# Having two mini job



## stud88

Hi,

i have been in germany since november 2011. I am pursuing master's degree. Recently, i faced an unexpected issue. Since, I am a student, I am allowed to work 85 hours of student job inside the university , which is called (HIWI). I am still having a HIWI job. 

I also had a restaurant job , which I work only on friday and saturday. Sometimes, i dont even get the shift times also. So, it has been almost more than a year, i have both of them. 

Yesterday, my restaurant manager called me to his office. He shown a mail that he got from his headquarters stating that " I should leave any one job for sure, in order to be in safe side" . He says that , It is not good to have two mini jobs for a single student. But, i know HIWI is not a mini job. (correct me if am wrong. ) Then he asked me to resign from the restaurant job (actually my contract with them ends in a week ), for which contract ends from this month end. 

My question is : " The manager at restaurant told me that if I get any letter regarding paying compensation, then i should also consider it." . I literally was surprised to hear as if I have done some illegal working. I give my all documents properly and all money are earned legally by paying tax too. 

Will there be any problem for me ? Expert opinion needed.


----------



## sweetginger

I guess you submitted your tax 6 for the restaurant job. right? 

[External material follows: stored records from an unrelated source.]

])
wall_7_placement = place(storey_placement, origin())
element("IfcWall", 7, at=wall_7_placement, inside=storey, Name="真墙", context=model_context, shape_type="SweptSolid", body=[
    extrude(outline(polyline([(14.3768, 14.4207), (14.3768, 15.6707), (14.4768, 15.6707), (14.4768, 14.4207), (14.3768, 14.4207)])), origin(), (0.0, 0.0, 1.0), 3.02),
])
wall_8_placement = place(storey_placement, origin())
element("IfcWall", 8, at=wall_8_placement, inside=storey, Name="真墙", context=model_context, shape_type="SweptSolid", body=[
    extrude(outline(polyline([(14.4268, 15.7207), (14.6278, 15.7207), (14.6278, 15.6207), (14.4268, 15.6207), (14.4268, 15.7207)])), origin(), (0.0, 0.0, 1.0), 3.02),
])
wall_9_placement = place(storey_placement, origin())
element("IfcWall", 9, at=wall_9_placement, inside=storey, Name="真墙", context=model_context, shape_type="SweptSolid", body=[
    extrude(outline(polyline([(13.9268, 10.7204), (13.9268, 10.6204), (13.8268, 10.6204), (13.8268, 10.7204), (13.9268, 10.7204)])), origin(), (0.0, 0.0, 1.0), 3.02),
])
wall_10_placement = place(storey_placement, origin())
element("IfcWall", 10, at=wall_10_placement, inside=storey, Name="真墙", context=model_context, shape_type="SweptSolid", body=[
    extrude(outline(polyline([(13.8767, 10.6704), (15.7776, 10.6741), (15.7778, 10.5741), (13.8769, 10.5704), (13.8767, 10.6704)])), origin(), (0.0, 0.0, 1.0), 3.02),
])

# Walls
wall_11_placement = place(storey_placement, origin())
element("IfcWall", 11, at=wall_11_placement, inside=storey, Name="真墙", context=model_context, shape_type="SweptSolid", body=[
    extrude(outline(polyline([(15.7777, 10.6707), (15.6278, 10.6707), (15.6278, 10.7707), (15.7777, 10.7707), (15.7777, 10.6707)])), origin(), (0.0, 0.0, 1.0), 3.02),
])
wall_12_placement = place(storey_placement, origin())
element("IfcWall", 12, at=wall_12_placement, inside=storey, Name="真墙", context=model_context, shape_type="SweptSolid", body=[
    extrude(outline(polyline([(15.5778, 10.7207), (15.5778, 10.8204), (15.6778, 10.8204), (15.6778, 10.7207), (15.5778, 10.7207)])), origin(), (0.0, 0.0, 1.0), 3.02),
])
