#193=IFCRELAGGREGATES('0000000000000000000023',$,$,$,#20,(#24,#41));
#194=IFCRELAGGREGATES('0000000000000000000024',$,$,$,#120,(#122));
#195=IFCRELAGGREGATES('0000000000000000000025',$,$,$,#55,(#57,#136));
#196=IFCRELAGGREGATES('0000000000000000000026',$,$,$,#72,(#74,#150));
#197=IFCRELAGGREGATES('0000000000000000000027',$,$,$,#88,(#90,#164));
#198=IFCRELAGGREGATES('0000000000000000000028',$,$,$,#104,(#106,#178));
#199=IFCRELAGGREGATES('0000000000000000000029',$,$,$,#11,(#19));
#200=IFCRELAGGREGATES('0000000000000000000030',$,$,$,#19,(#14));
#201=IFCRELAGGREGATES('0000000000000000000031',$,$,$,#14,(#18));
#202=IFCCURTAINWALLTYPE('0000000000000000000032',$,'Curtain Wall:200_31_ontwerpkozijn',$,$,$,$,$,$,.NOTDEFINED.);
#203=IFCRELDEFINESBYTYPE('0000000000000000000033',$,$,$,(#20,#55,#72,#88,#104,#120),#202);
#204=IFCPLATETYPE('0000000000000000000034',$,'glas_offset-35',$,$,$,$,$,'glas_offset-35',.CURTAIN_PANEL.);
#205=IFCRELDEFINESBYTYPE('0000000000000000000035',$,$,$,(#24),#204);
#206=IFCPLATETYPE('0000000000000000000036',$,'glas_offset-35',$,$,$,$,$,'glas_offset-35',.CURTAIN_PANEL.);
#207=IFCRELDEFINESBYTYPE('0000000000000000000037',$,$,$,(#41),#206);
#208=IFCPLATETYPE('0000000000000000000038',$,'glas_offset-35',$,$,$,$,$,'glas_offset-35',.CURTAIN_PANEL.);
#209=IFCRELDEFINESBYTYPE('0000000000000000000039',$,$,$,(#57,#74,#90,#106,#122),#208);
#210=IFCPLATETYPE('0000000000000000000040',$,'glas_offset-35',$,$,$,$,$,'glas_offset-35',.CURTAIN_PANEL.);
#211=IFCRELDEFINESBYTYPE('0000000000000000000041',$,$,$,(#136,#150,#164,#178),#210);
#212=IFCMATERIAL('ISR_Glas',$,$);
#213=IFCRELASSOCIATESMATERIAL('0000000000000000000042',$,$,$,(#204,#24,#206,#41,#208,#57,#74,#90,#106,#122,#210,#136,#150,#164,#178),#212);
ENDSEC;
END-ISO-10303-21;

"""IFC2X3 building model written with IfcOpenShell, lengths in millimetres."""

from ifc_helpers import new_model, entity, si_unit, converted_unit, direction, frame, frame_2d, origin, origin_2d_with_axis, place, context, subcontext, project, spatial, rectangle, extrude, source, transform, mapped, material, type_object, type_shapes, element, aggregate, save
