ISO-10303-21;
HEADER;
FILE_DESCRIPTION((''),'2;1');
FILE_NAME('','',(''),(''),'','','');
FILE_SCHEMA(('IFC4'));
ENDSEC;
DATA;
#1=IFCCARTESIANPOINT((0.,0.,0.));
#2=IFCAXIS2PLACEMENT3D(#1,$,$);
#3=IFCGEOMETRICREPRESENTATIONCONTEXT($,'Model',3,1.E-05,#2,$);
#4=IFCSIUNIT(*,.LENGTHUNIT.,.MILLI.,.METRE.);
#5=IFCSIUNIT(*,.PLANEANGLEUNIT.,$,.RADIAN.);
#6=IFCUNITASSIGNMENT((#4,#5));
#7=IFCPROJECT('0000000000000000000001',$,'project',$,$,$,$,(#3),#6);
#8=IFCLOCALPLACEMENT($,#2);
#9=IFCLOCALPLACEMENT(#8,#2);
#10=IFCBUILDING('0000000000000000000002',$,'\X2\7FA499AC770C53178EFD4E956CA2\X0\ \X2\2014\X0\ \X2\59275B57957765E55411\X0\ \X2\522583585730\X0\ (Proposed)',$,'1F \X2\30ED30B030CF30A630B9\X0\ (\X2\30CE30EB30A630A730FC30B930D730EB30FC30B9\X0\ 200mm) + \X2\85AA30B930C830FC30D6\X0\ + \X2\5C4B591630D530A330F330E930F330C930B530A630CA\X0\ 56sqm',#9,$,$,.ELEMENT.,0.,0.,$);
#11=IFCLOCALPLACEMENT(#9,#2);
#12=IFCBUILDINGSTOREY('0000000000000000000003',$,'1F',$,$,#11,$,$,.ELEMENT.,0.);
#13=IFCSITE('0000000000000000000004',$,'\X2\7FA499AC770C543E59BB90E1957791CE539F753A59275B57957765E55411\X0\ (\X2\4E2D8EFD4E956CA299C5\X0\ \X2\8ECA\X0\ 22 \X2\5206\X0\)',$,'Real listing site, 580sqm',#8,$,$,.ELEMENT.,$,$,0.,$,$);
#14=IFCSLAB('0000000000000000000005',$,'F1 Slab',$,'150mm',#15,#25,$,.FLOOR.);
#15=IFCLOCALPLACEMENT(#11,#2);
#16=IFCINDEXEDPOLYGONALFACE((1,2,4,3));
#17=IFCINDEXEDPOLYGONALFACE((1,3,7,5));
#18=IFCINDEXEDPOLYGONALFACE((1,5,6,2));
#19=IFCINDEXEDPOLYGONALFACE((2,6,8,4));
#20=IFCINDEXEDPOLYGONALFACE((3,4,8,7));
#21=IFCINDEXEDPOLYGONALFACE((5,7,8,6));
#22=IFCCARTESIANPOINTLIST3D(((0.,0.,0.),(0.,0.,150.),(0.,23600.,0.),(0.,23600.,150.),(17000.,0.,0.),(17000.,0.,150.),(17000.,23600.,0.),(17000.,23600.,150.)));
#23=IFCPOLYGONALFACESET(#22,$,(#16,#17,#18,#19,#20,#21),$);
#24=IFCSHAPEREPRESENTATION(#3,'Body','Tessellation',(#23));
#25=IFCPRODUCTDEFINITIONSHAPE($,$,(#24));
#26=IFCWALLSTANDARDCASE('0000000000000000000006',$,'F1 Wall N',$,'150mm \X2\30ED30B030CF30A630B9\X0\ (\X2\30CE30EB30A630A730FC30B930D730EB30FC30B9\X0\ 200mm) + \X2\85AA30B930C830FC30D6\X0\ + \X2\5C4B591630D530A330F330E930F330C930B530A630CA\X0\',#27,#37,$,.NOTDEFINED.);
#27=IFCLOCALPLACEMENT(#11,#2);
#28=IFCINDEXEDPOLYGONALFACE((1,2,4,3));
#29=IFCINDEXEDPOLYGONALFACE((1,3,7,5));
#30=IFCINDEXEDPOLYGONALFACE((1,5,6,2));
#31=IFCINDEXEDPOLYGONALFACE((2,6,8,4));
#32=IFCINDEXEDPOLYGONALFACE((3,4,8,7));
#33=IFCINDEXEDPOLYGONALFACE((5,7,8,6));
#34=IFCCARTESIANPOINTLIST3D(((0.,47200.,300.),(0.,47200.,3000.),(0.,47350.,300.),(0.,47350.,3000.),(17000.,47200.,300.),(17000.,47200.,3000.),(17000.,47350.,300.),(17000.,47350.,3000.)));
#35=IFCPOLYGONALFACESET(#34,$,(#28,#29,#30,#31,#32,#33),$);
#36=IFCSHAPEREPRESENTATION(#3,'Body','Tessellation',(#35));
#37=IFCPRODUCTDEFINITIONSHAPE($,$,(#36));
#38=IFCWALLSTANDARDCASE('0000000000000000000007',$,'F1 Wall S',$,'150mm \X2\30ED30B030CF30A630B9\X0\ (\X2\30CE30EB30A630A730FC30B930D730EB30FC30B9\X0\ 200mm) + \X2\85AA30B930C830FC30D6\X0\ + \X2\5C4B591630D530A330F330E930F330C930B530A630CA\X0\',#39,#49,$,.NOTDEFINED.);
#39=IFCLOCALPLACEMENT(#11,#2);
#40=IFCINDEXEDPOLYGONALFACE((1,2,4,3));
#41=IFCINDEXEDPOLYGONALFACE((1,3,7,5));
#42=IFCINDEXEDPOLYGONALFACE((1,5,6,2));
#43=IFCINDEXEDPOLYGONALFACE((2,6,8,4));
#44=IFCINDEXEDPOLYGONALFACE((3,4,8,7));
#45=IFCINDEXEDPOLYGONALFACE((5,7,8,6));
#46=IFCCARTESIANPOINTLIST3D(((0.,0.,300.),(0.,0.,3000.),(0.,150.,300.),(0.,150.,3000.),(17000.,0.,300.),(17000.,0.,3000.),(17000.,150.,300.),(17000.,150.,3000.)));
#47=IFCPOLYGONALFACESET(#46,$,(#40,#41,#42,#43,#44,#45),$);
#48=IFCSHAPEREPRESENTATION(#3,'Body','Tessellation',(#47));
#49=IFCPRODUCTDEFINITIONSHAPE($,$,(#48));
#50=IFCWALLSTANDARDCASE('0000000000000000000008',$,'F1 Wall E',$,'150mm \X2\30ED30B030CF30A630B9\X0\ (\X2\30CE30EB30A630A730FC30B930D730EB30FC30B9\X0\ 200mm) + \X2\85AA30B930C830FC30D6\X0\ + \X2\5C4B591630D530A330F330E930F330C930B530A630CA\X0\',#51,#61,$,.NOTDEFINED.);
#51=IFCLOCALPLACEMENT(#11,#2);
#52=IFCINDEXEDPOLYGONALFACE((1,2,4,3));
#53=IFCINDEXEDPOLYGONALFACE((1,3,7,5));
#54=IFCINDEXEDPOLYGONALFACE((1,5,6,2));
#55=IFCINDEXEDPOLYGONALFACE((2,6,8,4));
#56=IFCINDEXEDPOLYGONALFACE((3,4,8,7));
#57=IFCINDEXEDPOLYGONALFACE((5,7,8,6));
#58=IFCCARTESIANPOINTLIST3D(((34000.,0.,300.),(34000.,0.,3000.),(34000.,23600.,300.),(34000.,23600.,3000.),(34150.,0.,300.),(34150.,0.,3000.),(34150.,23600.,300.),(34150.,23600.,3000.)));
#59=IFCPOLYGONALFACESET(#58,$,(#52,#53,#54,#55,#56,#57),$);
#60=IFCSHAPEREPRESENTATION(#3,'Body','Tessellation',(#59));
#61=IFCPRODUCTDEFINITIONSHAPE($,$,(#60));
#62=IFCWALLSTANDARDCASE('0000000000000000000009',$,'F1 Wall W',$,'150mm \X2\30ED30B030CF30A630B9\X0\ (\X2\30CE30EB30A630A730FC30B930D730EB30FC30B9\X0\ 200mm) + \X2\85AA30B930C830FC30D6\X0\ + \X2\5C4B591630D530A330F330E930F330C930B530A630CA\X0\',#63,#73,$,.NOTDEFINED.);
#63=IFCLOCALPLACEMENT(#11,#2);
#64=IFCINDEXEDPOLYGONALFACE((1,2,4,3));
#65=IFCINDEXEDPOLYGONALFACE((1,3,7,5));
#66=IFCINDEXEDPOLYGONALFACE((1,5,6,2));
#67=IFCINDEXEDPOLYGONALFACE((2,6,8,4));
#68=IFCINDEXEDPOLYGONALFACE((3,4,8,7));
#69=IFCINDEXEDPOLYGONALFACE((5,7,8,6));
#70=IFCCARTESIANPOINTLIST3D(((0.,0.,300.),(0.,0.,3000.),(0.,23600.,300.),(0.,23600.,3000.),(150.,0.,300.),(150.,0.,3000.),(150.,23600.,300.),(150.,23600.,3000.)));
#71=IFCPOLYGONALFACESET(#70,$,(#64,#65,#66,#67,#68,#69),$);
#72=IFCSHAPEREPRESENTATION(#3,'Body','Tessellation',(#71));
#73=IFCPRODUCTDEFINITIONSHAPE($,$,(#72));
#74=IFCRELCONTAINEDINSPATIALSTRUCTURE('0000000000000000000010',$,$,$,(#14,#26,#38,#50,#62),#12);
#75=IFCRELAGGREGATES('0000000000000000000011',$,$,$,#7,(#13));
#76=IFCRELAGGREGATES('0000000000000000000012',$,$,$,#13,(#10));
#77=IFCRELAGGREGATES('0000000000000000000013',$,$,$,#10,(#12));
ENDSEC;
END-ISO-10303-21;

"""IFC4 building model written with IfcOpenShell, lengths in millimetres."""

from ifc_helpers import new_model, si_unit, frame, frame_2d, origin, place, context, project, spatial, rectangle, extrude, element, save


model = new_model("IFC4")

# Units and contexts
model_context = context("Model", 3, precision=1e-05, world=origin())
ifc_project = project(units=[si_unit("LENGTHUNIT", "METRE", prefix="MILLI"), si_unit("PLANEANGLEUNIT", "RADIAN")], contexts=[model_context])

# Site, building, storey
site_placement = place(None, origin())
site = spatial("IfcSite", under=ifc_project, at=site_placement, Name="群馬県吾妻郡長野原町大字長日向 (中軽井沢駅 車 22 分)", ObjectType="Real listing site, 580sqm", CompositionType="ELEMENT", RefElevation=0.0)
building_placement = place(site_placement, origin())
building = spatial("IfcBuilding", under=site, at=building_placement, Name="群馬県北軽井沢 — 大字長日向 別荘地 (Proposed)", ObjectType="1F ログハウス (ノルウェースプルース 200mm) + 薪ストーブ + 屋外フィンランドサウナ 56sqm", CompositionType="ELEMENT", ElevationOfRefHeight=0.0, ElevationOfTerrain=0.0)
storey_placement = place(building_placement, origin())
storey = spatial("IfcBuildingStorey", under=building, at=storey_placement, Name="1F", CompositionType="ELEMENT", Elevation=0.0)

# Slab
slab_placement = place(storey_placement, origin())
element("IfcSlab", 1, at=slab_placement, inside=storey, Name="F1 Slab", ObjectType="150mm", PredefinedType="FLOOR", context=model_context, shape_type="SweptSolid", body=[
    extrude(rectangle(XDim=17000.0, YDim=23600.0, at=frame_2d((8500.0, 11800.0))), origin(), (0.0, 0.0, 1.0), 150.0),
])

# Walls
wall_1_placement = place(storey_placement, frame((0.0, 23600.0, 150.0)))
element("IfcWallStandardCase", 2, at=wall_1_placement, inside=storey, Name="F1 Wall N", ObjectType="150mm ログハウス (ノルウェースプルース 200mm) + 薪ストーブ + 屋外フィンランドサウナ", PredefinedType="NOTDEFINED", context=model_context, shape_type="SweptSolid", body=[
    extrude(rectangle(XDim=17000.0, YDim=150.0, at=frame_2d((8500.0, 75.0))), frame((0.0, 23600.0, 150.0)), (0.0, 0.0, 1.0), 2700.0),
])
wall_2_placement = place(storey_placement, frame((0.0, 0.0, 150.0)))
element("IfcWallStandardCase", 3, at=wall_2_placement, inside=storey, Name="F1 Wall S", ObjectType="150mm ログハウス (ノルウェースプルース 200mm) + 薪ストーブ + 屋外フィンランドサウナ", PredefinedType="NOTDEFINED", context=model_context, shape_type="SweptSolid", body=[
    extrude(rectangle(XDim=17000.0, YDim=150.0, at=frame_2d((8500.0, 75.0))), frame((0.0, 0.0, 150.0)), (0.0, 0.0, 1.0), 2700.0),
])
wall_3_placement = place(storey_placement, frame((17000.0, 0.0, 150.0)))
element("IfcWallStandardCase", 4, at=wall_3_placement, inside=storey, Name="F1 Wall E", ObjectType="150mm ログハウス (ノルウェースプルース 200mm) + 薪ストーブ + 屋外フィンランドサウナ", PredefinedType="NOTDEFINED", context=model_context, shape_type="SweptSolid", body=[
    extrude(rectangle(XDim=150.0, YDim=23600.0, at=frame_2d((75.0, 11800.0))), frame((17000.0, 0.0, 150.0)), (0.0, 0.0, 1.0), 2700.0),
])
wall_4_placement = place(storey_placement, frame((0.0, 0.0, 150.0)))
element("IfcWallStandardCase", 5, at=wall_4_placement, inside=storey, Name="F1 Wall W", ObjectType="150mm ログハウス (ノルウェースプルース 200mm) + 薪ストーブ + 屋外フィンランドサウナ", PredefinedType="NOTDEFINED", context=model_context, shape_type="SweptSolid", body=[
    extrude(rectangle(XDim=150.0, YDim=23600.0, at=frame_2d((75.0, 11800.0))), frame((0.0, 0.0, 150.0)), (0.0, 0.0, 1.0), 2700.0),
])

save(model, "model.ifc")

The only key point is job with tax card six will attract more taxes. you are NOT allowed to work in two jobs with the same Tax card!

Cheers
Sweet Ginger


----------



## Maureen56

Your HIWI shouldn't be a mini job. You should pay your social benefit deductions and tax as an employee of the university.
Your restaurant employees you under the mini job regulation? i.e. 450,00 maximum and maximum 15 hrs a week.
This is legal.


----------